While using rperf and mlxndPerf I am able to confirm 98 Gb/s read and write, but actual file transfers and read/write performance and iperf tests are only showing up to 50 Gb/s write and 10-14 Gb/s read. I have been working at this for over a month and have done consultations with IT tech, multiple tech support staff from different places and have spent many many many hours working on this and cannot figure this out.
I have two workstations Im connecting to a NAS (TS-H1290FX) that has six 7.68TB seagate NVME drives in it configured with RAID 0 (each drive individually capable of 6700 MB/s read AND write). The workstations are NAS are all equipped with the same 100G NIC (QXG-100G2SF-CX6) which uses a Mellanox Dx6 controller. I am connecting all the NICs with Mellanox transceivers and MTP OM5 fiber optic cables from FS.com. I have installed Windows 11 Pro for Workstations on both PCs (to enable SMB 3.1.1, etc) I have confirmed in system BIOS and in Windows that the NICs are indeed running at 16x on the PCIe Gen 4 bus on both systems. Both systems are running AMD threadrippers, and the NAS has an AMD Epyc CPU. I have 128GB of RAM in one machine and 256GB RAM in the other. All HDs in these PCs are M.2 NVME drives capable of 3000MB/s in one machine and 6000 MB/s in the other (running newer Sabrent NVME drives).
Things I have tried to increase speeds on both PCs, all to no avail:
- set jumbo frames to 9000
- Enabled RoCEv2
- Tried different DAC cables.
- Tried connecting PCs to eachother (resulted in slower speeds, around 10-12 Gb/s read and write)
- Installed updated Mellanox WinOF-2 client drivers.
- Tried setting Interrupt Moderation to low latency.
- Tried disabling RoCE.
- Tried a Mellanox brand NIC instead of the QNAP card. Same results.
- Tried installing and running Windows Server 2022 on one of the workstations.

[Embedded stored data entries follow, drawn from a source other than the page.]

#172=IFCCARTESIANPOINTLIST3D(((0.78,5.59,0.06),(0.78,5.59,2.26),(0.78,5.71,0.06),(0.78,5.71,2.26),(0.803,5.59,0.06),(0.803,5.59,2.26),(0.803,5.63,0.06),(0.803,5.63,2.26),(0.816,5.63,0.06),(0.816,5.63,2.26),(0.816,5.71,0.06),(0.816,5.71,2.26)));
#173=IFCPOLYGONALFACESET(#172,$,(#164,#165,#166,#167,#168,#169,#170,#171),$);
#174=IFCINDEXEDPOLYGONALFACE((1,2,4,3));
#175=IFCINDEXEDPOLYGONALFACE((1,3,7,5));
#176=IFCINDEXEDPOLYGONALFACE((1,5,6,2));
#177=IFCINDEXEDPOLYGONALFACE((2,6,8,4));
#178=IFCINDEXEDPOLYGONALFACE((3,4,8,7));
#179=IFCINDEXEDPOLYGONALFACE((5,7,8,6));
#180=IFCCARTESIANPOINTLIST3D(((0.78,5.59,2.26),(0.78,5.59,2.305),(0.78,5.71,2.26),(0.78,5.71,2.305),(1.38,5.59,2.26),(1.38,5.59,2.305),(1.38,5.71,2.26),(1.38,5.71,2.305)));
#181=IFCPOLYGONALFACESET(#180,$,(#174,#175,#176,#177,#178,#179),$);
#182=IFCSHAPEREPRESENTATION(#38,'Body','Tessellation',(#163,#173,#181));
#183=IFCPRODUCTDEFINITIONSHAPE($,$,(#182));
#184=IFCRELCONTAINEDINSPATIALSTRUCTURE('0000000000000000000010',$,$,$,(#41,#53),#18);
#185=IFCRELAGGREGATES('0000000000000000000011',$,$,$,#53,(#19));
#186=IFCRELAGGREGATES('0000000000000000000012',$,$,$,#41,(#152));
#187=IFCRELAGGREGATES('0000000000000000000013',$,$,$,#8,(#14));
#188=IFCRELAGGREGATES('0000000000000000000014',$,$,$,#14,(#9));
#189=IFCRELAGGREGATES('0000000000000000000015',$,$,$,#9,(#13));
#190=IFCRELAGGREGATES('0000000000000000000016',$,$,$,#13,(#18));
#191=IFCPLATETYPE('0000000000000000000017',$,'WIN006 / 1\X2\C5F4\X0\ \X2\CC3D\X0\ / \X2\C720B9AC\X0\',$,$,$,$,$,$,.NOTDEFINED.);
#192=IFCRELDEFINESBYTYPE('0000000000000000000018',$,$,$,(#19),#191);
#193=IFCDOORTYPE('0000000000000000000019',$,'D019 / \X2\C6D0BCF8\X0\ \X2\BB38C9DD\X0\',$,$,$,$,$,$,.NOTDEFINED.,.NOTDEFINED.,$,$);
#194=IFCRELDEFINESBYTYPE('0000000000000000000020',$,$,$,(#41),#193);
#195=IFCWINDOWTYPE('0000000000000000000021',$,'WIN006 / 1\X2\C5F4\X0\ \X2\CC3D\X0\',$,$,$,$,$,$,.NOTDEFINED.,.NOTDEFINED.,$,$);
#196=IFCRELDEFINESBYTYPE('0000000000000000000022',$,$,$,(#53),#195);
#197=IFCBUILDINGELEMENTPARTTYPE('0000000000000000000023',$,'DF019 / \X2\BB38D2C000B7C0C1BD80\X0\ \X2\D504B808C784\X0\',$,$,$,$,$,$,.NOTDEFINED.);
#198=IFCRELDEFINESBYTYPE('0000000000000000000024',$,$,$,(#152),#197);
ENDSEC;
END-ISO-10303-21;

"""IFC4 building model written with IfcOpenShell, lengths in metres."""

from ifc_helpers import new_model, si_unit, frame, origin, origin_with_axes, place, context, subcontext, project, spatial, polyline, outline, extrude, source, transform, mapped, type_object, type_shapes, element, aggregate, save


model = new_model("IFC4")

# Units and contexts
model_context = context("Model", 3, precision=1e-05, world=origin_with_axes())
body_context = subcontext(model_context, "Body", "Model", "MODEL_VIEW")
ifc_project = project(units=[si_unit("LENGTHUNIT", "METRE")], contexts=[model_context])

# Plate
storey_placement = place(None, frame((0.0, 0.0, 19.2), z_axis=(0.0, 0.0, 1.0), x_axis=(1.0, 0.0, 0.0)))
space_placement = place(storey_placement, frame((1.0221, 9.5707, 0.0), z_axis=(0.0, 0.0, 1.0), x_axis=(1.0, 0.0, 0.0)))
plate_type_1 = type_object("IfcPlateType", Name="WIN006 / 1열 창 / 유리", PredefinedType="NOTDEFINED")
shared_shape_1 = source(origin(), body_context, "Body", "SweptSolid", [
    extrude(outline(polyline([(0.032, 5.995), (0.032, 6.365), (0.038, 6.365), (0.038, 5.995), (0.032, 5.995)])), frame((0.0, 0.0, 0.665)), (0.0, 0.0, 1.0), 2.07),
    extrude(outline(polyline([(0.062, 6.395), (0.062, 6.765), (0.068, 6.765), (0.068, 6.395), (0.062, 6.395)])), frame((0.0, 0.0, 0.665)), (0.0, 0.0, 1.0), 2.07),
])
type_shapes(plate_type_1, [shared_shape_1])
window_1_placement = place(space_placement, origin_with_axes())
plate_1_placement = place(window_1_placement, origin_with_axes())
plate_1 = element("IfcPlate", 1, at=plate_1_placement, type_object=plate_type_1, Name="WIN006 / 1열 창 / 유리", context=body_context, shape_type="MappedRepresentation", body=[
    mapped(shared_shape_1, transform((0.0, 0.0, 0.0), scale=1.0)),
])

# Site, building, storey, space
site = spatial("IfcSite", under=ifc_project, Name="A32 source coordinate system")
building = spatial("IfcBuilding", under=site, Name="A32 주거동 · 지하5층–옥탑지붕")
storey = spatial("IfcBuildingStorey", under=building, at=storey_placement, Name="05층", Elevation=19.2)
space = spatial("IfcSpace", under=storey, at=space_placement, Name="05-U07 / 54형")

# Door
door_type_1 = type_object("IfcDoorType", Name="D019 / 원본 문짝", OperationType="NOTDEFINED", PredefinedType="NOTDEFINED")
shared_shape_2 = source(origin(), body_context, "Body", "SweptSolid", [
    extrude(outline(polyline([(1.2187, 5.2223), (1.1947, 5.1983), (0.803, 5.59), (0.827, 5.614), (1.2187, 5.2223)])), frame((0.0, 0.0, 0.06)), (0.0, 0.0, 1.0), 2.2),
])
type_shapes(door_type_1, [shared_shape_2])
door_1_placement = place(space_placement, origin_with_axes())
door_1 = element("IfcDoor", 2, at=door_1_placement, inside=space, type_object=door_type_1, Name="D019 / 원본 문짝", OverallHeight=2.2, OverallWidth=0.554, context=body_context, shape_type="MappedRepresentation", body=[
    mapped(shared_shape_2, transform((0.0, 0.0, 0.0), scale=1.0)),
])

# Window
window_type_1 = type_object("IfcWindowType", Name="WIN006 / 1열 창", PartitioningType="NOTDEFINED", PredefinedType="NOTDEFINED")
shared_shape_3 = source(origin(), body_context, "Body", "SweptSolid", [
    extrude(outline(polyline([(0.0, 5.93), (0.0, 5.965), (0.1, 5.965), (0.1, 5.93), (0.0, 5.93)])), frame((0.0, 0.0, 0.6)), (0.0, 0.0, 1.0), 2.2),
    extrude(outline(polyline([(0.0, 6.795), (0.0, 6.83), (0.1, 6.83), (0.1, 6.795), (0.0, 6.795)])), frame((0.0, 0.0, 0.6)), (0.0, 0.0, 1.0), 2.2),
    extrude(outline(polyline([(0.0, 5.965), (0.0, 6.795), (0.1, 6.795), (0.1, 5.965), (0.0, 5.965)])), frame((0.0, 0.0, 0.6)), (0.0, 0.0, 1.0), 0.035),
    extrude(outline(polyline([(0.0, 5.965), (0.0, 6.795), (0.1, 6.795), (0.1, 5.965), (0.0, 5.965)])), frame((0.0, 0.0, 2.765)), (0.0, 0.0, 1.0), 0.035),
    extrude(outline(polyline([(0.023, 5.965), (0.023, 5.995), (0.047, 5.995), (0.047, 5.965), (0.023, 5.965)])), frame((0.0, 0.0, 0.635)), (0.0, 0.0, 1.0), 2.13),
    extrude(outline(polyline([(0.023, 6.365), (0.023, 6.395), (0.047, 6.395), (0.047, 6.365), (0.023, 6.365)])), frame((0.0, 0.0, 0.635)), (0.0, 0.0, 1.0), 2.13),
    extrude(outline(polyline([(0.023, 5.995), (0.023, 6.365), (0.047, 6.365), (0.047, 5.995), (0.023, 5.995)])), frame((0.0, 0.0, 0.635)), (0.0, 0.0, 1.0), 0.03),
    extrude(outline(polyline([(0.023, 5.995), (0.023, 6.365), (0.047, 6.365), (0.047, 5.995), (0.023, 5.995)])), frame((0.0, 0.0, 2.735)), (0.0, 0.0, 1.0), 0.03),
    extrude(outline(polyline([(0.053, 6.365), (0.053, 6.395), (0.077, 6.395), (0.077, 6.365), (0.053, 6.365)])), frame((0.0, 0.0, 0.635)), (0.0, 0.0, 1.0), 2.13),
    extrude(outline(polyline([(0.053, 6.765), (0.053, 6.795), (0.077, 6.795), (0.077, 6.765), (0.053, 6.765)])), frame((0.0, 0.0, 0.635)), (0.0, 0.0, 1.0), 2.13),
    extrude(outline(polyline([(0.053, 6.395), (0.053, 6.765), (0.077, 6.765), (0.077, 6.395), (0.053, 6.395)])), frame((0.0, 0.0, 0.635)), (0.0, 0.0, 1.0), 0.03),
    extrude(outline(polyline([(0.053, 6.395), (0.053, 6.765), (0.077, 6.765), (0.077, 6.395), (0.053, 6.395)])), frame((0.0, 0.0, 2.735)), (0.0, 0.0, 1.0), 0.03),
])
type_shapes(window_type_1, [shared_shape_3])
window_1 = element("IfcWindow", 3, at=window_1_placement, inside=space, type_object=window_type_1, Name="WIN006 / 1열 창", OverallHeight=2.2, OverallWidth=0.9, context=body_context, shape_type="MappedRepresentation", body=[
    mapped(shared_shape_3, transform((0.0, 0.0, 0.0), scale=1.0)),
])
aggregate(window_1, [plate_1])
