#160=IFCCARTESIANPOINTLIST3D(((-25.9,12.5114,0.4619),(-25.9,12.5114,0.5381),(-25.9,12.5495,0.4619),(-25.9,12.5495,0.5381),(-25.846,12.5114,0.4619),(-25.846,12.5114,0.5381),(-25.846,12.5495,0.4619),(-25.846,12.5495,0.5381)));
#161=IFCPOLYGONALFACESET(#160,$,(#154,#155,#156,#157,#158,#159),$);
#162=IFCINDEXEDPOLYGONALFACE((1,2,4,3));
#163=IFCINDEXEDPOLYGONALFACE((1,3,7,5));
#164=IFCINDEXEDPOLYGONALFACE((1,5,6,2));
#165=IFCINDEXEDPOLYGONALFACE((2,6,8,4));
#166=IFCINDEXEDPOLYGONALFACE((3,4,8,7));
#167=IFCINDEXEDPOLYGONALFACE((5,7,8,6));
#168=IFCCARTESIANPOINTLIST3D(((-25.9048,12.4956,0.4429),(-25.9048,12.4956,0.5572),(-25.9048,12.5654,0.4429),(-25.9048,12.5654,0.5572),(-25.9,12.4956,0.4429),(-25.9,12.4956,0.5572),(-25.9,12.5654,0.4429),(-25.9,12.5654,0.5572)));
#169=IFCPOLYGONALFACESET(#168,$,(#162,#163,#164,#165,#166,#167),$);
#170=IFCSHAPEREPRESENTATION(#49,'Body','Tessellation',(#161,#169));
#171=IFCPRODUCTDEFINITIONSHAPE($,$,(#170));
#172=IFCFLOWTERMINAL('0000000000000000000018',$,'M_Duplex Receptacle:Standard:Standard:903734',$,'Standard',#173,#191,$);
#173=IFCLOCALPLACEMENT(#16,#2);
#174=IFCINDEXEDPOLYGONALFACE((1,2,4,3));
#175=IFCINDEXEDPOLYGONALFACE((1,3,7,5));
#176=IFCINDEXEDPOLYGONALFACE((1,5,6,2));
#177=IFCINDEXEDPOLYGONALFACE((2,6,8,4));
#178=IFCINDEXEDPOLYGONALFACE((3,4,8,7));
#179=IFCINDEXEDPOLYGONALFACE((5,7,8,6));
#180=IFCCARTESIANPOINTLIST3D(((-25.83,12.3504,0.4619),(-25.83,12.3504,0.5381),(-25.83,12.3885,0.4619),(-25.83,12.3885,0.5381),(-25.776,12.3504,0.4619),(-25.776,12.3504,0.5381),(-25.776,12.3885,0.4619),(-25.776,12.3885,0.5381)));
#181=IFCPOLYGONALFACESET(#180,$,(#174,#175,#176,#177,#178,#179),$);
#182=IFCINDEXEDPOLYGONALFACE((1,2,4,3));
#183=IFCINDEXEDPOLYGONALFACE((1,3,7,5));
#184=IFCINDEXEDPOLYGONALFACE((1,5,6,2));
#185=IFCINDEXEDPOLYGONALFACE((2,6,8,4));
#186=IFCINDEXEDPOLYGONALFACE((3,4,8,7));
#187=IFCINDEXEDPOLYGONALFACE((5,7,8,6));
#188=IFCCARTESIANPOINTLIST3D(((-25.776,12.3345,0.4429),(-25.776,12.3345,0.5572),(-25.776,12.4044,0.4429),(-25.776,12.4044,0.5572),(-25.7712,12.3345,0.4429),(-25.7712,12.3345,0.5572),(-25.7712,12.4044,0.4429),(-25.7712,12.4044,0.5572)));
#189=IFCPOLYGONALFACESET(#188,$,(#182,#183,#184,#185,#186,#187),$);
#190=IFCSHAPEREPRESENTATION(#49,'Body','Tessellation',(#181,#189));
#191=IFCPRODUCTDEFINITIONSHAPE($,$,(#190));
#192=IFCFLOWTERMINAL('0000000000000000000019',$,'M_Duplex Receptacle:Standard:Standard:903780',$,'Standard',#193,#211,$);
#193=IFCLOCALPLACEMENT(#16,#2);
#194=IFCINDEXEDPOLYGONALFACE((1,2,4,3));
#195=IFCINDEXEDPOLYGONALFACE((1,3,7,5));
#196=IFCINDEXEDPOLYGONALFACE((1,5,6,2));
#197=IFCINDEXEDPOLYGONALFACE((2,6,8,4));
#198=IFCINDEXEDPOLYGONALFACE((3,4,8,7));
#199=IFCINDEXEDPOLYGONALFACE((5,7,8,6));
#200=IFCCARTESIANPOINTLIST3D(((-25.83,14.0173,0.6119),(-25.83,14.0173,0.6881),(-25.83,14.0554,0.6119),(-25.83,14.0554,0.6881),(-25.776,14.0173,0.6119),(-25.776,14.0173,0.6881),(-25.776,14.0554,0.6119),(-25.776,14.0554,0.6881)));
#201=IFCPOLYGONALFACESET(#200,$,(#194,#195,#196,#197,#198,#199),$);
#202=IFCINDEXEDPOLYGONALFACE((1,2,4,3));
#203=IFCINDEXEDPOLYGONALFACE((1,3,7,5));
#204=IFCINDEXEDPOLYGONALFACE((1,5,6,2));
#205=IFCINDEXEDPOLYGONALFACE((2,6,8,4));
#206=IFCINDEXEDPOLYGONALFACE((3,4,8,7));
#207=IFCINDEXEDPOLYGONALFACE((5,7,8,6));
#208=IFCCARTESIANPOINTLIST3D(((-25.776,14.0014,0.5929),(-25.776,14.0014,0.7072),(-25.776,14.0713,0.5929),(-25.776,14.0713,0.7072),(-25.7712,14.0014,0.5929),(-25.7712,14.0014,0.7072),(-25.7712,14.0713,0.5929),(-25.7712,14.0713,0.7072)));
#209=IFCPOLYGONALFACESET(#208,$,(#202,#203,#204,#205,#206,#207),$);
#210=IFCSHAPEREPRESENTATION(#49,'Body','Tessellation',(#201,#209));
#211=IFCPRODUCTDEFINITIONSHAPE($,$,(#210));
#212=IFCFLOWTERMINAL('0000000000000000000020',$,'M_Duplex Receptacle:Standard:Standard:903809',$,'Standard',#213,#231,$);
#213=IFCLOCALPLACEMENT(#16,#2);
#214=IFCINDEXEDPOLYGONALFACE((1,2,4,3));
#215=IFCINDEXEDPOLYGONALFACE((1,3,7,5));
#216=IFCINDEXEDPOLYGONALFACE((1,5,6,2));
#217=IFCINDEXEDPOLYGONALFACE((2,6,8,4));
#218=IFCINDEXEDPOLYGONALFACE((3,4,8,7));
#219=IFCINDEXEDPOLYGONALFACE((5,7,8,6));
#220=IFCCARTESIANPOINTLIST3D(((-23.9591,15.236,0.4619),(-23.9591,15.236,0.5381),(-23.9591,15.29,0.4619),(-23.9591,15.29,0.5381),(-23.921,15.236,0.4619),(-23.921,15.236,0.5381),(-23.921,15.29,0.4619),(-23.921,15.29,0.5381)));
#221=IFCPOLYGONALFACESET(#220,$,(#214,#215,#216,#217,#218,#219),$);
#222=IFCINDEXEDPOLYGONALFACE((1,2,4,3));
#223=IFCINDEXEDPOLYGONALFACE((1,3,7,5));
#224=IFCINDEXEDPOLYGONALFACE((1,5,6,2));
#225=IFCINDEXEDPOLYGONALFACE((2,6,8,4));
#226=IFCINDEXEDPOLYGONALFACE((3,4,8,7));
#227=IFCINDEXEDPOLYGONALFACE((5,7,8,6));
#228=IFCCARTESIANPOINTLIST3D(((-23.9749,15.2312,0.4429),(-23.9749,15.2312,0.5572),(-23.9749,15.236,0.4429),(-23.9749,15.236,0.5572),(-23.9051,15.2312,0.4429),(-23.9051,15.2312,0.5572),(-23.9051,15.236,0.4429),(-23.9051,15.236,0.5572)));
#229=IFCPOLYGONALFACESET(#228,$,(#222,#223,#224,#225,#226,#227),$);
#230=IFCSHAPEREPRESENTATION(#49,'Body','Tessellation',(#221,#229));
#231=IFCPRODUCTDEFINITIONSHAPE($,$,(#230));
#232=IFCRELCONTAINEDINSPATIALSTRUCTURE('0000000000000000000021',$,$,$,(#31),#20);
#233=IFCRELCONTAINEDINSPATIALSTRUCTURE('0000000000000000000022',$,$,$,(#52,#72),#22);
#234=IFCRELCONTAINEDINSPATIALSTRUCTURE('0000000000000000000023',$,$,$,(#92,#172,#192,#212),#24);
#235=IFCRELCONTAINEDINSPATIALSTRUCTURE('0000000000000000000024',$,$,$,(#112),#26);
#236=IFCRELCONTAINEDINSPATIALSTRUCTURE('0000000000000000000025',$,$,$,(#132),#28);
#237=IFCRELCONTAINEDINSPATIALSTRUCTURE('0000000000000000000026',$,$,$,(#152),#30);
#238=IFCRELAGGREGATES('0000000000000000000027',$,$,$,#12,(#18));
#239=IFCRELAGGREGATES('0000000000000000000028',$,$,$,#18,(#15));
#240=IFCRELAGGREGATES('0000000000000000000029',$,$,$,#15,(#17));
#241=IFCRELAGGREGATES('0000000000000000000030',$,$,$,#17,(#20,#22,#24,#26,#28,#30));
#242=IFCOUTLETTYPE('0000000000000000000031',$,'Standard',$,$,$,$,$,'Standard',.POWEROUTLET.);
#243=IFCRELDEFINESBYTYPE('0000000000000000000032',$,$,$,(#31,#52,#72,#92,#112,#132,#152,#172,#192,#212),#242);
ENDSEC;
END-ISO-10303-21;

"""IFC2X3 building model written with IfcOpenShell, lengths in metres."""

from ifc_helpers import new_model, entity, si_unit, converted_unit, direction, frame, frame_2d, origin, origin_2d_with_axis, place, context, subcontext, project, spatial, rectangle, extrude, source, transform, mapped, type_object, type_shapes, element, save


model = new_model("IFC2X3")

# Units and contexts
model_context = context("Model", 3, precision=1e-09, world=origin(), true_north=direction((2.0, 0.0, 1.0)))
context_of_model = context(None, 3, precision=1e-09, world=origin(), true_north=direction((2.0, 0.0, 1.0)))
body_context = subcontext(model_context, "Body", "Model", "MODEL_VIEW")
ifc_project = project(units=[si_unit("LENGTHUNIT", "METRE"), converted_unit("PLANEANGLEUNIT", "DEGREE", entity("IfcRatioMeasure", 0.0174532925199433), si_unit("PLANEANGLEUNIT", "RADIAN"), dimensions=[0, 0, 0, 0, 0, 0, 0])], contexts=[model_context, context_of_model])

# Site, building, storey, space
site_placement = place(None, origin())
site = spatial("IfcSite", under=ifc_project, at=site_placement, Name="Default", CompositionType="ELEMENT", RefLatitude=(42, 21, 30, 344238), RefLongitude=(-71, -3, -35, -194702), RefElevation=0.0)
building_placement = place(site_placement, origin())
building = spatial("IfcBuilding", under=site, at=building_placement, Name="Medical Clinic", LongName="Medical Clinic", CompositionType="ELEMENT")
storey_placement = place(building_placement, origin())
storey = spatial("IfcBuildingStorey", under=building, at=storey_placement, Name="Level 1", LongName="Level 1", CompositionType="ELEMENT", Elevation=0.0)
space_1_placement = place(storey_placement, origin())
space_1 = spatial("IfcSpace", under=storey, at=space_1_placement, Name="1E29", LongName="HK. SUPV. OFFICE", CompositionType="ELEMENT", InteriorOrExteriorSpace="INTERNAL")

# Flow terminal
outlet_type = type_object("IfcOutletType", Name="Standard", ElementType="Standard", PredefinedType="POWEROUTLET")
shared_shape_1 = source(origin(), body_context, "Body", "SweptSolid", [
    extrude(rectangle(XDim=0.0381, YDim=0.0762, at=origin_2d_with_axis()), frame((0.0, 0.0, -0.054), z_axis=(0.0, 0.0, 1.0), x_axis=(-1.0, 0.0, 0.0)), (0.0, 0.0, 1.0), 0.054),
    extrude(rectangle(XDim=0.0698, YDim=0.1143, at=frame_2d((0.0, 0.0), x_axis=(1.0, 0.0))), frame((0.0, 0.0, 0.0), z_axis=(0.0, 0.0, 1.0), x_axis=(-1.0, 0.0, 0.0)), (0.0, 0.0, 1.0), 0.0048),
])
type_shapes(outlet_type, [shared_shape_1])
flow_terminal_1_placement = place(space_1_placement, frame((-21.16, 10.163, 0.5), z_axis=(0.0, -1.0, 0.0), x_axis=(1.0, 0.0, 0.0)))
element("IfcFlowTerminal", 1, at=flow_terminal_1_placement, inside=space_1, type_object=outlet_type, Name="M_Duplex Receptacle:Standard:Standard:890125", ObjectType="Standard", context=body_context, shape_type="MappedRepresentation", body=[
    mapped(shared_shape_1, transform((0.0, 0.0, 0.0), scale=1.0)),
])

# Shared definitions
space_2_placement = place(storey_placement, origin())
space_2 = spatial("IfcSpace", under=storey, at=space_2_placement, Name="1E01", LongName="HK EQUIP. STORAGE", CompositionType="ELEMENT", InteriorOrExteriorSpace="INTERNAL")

Same speeds to NAS. No change.
- Tried different block sizes on the NAS, etc. Given two workstations connected to eachother cannot exceed 10-14 Gb/s I dont think the bottleneck is the NAS.
- Tried a loopback test with iPerf. Wasn’t able to achieve faster than 10-14 Gb/s.
- Verified SMB direct is enabled.
- Verified Windows is using SMB 3.1.1
- Tried probably another ten things I cannot even remember.
There seems to me to be no logical reason why either the hardware or software would be causing a bottleneck. I’ve tried everything! Been working on this for a month now. I have $14,000 in NAS storage I need to use but cannot because speeds are so bad. What am I missing?